=== Exercise material ===
════
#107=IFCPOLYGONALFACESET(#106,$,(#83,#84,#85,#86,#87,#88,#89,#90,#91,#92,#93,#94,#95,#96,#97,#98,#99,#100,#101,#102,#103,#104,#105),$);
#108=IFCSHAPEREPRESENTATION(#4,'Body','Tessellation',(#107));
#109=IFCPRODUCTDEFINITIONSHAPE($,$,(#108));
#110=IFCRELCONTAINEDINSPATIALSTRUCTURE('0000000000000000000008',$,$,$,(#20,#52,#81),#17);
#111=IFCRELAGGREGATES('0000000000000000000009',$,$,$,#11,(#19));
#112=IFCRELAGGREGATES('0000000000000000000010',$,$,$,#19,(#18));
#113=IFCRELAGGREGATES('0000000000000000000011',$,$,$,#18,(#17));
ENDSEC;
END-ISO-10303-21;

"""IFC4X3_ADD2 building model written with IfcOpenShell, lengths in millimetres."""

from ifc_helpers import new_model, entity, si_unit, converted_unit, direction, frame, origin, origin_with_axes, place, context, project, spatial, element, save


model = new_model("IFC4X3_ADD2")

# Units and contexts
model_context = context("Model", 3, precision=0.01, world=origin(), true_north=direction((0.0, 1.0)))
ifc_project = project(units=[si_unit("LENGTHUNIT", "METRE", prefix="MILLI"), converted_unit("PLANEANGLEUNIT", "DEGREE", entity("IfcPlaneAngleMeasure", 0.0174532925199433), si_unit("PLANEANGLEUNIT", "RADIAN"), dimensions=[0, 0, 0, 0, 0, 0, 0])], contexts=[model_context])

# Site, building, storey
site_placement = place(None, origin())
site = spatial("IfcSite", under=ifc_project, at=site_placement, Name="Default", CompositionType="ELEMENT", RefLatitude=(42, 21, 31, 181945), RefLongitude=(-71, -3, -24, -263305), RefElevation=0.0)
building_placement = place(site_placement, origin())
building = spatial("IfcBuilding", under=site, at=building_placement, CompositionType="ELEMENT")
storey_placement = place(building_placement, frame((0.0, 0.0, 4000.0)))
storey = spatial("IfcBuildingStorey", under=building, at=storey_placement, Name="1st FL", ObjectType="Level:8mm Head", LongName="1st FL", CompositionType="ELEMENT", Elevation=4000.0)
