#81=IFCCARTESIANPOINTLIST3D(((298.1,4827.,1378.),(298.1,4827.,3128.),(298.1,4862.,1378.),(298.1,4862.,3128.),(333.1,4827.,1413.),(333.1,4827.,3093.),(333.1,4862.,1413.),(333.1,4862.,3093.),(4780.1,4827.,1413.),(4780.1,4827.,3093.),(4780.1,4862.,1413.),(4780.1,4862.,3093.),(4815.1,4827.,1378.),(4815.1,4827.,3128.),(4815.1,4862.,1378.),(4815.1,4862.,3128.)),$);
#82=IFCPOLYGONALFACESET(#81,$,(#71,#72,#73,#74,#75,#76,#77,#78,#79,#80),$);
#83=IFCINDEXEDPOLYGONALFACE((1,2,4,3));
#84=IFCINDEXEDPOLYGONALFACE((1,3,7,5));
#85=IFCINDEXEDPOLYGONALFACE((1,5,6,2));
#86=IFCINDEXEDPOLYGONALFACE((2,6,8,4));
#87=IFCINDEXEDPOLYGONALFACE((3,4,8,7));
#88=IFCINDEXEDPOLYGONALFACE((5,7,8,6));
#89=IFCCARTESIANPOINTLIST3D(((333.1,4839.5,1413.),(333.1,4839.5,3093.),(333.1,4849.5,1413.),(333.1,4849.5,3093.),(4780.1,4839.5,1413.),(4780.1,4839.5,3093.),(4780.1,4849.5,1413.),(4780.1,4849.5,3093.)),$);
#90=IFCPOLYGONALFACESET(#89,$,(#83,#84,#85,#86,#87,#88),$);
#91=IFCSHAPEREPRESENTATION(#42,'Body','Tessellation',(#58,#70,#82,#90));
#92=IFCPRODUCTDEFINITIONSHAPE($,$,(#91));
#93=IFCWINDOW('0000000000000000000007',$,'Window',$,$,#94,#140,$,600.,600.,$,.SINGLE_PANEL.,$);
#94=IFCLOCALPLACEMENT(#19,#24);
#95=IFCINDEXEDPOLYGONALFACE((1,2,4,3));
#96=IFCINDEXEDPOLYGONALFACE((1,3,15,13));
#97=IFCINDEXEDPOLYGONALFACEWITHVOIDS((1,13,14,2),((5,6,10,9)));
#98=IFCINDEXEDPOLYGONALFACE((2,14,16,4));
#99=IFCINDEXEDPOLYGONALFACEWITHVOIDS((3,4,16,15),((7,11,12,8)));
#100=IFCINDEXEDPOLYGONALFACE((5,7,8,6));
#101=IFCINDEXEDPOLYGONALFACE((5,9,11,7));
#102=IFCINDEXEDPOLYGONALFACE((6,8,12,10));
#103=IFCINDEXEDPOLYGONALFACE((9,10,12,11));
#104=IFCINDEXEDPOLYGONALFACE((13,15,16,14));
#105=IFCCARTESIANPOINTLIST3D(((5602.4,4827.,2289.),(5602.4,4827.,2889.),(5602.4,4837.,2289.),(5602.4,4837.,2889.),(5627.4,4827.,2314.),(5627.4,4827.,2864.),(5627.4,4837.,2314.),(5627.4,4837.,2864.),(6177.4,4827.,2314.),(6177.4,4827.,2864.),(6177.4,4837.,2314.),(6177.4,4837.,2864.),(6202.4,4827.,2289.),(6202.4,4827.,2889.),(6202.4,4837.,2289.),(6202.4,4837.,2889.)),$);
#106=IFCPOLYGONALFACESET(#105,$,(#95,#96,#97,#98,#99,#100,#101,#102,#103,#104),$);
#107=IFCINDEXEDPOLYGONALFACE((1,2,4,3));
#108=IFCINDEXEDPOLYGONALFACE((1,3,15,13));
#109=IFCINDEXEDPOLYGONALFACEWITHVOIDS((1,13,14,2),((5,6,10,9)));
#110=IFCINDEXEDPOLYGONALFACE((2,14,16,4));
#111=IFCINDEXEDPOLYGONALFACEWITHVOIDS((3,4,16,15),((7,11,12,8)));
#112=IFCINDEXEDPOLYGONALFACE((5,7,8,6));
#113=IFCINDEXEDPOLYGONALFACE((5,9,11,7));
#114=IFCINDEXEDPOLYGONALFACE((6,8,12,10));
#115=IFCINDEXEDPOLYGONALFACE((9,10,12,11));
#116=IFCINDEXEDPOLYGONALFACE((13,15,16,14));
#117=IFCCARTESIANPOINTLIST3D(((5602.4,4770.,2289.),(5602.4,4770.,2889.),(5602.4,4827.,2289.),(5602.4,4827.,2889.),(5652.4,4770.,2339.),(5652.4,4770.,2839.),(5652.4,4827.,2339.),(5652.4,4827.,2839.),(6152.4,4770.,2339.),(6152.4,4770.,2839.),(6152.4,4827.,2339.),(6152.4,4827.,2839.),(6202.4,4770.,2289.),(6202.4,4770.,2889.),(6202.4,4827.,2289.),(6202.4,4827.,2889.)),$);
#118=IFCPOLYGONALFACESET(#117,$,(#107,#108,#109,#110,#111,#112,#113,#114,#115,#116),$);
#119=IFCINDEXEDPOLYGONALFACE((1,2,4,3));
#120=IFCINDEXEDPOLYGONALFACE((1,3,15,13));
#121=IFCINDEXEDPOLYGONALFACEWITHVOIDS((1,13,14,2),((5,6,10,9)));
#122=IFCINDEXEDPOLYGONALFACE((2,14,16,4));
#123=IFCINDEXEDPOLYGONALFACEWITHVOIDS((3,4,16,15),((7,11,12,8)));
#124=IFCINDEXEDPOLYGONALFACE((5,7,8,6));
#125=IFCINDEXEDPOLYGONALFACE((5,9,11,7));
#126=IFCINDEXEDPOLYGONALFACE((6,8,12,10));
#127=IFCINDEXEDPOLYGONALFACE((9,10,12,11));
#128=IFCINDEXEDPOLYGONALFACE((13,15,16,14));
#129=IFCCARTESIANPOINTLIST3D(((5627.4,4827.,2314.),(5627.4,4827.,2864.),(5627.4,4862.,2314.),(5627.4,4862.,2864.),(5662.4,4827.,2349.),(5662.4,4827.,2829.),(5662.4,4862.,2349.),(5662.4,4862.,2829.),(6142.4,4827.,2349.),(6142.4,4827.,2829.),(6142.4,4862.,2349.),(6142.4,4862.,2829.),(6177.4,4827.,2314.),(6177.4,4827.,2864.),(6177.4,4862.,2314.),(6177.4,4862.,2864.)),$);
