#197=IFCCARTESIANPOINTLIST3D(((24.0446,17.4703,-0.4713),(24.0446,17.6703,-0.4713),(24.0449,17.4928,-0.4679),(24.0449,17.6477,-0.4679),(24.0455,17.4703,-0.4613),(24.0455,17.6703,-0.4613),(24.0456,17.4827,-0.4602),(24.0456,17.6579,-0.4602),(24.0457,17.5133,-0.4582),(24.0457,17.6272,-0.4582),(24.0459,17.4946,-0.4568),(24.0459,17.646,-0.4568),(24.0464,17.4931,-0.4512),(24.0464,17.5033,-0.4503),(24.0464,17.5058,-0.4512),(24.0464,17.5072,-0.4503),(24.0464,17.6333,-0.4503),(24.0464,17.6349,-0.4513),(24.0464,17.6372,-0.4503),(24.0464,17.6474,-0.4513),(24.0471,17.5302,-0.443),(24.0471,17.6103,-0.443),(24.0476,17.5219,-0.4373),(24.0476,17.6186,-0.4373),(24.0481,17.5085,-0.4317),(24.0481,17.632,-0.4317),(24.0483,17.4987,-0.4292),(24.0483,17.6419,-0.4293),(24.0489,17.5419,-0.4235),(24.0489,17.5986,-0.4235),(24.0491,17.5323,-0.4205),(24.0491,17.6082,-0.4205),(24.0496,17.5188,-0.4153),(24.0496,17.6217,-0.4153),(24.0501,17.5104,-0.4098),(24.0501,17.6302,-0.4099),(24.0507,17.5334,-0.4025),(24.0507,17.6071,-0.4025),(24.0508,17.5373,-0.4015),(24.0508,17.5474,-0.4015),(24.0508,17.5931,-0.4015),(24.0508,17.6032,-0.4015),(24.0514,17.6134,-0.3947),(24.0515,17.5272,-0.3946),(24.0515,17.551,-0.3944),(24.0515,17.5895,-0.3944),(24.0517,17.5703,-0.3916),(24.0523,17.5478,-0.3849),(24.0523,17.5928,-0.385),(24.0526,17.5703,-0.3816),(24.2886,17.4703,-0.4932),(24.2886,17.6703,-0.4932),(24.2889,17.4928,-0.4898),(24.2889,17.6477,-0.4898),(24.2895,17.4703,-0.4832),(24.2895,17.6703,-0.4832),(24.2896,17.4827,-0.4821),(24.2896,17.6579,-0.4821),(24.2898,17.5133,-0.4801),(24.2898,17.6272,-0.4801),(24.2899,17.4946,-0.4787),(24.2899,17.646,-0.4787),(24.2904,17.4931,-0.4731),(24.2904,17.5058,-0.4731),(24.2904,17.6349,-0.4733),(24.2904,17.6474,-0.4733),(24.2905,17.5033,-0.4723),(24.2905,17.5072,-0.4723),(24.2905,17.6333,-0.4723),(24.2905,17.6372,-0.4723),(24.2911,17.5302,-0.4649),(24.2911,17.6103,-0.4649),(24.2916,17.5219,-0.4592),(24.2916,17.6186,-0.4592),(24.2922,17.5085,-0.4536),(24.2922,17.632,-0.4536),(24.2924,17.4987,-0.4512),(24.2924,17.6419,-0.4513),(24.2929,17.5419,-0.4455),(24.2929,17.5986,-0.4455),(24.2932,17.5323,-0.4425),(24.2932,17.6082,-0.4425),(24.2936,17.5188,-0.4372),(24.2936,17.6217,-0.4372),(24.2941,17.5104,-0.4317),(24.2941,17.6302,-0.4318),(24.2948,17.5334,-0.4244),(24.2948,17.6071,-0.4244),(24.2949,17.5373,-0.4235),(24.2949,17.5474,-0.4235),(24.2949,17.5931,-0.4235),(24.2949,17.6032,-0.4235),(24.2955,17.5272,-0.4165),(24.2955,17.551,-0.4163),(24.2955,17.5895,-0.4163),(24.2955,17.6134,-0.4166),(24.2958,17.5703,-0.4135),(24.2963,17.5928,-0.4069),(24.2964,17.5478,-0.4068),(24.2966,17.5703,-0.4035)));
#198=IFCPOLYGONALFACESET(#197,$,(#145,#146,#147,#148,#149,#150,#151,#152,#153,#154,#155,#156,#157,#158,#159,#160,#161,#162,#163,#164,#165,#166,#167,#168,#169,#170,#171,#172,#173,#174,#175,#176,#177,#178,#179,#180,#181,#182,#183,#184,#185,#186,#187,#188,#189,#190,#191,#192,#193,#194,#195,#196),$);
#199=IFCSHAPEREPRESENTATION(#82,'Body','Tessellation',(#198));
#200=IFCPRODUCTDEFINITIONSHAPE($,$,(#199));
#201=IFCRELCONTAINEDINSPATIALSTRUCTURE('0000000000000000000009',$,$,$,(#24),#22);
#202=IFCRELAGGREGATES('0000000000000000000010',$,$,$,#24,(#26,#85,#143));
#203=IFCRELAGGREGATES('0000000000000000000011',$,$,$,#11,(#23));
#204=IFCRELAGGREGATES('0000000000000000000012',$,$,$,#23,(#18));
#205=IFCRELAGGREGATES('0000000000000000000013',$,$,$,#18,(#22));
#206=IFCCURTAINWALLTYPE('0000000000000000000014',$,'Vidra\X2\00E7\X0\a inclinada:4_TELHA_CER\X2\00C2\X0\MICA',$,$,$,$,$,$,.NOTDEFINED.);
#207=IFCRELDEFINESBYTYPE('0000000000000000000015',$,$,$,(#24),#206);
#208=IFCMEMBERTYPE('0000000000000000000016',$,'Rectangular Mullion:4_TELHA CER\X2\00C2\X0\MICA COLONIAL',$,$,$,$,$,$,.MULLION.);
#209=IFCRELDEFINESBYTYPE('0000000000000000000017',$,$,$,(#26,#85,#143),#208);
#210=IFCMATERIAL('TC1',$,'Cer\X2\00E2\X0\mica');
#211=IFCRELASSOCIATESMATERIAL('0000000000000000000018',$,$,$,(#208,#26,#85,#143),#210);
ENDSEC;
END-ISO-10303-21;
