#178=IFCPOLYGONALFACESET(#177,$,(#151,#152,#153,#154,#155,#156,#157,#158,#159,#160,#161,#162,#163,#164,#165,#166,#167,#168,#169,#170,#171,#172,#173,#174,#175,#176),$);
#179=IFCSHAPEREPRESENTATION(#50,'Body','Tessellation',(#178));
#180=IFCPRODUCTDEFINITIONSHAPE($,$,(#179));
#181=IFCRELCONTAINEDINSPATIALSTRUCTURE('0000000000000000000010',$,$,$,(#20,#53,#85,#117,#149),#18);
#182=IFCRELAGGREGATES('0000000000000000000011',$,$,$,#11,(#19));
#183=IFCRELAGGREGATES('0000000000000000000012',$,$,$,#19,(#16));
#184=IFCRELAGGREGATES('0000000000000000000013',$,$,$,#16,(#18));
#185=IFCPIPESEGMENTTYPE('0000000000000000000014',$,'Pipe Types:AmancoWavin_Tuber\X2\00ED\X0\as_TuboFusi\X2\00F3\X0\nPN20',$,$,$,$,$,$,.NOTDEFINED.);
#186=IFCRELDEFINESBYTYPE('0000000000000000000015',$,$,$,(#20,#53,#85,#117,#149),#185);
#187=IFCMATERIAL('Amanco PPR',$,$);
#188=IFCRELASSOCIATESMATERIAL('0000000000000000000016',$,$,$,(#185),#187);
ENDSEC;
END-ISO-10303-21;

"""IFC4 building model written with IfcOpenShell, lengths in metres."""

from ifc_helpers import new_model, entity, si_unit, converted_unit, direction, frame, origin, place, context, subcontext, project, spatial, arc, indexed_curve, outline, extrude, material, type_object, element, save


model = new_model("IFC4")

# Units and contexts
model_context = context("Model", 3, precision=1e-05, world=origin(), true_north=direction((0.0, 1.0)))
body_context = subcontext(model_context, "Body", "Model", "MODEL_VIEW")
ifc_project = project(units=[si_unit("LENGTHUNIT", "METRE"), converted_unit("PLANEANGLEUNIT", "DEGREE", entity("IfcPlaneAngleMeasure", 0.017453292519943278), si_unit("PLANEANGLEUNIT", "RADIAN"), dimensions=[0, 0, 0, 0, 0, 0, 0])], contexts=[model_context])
════
=== Exercise brief ===
Every line above with the string "IFCRELCONTAINEDINSPATIALSTRUCTURE" in it needs to be copied.

=== Result of the task ===
#110=IFCRELCONTAINEDINSPATIALSTRUCTURE('0000000000000000000008',$,$,$,(#20,#52,#81),#17);
#201=IFCRELCONTAINEDINSPATIALSTRUCTURE('0000000000000000000009',$,$,$,(#24),#22);
#181=IFCRELCONTAINEDINSPATIALSTRUCTURE('0000000000000000000010',$,$,$,(#20,#53,#85,#117,#149),#18);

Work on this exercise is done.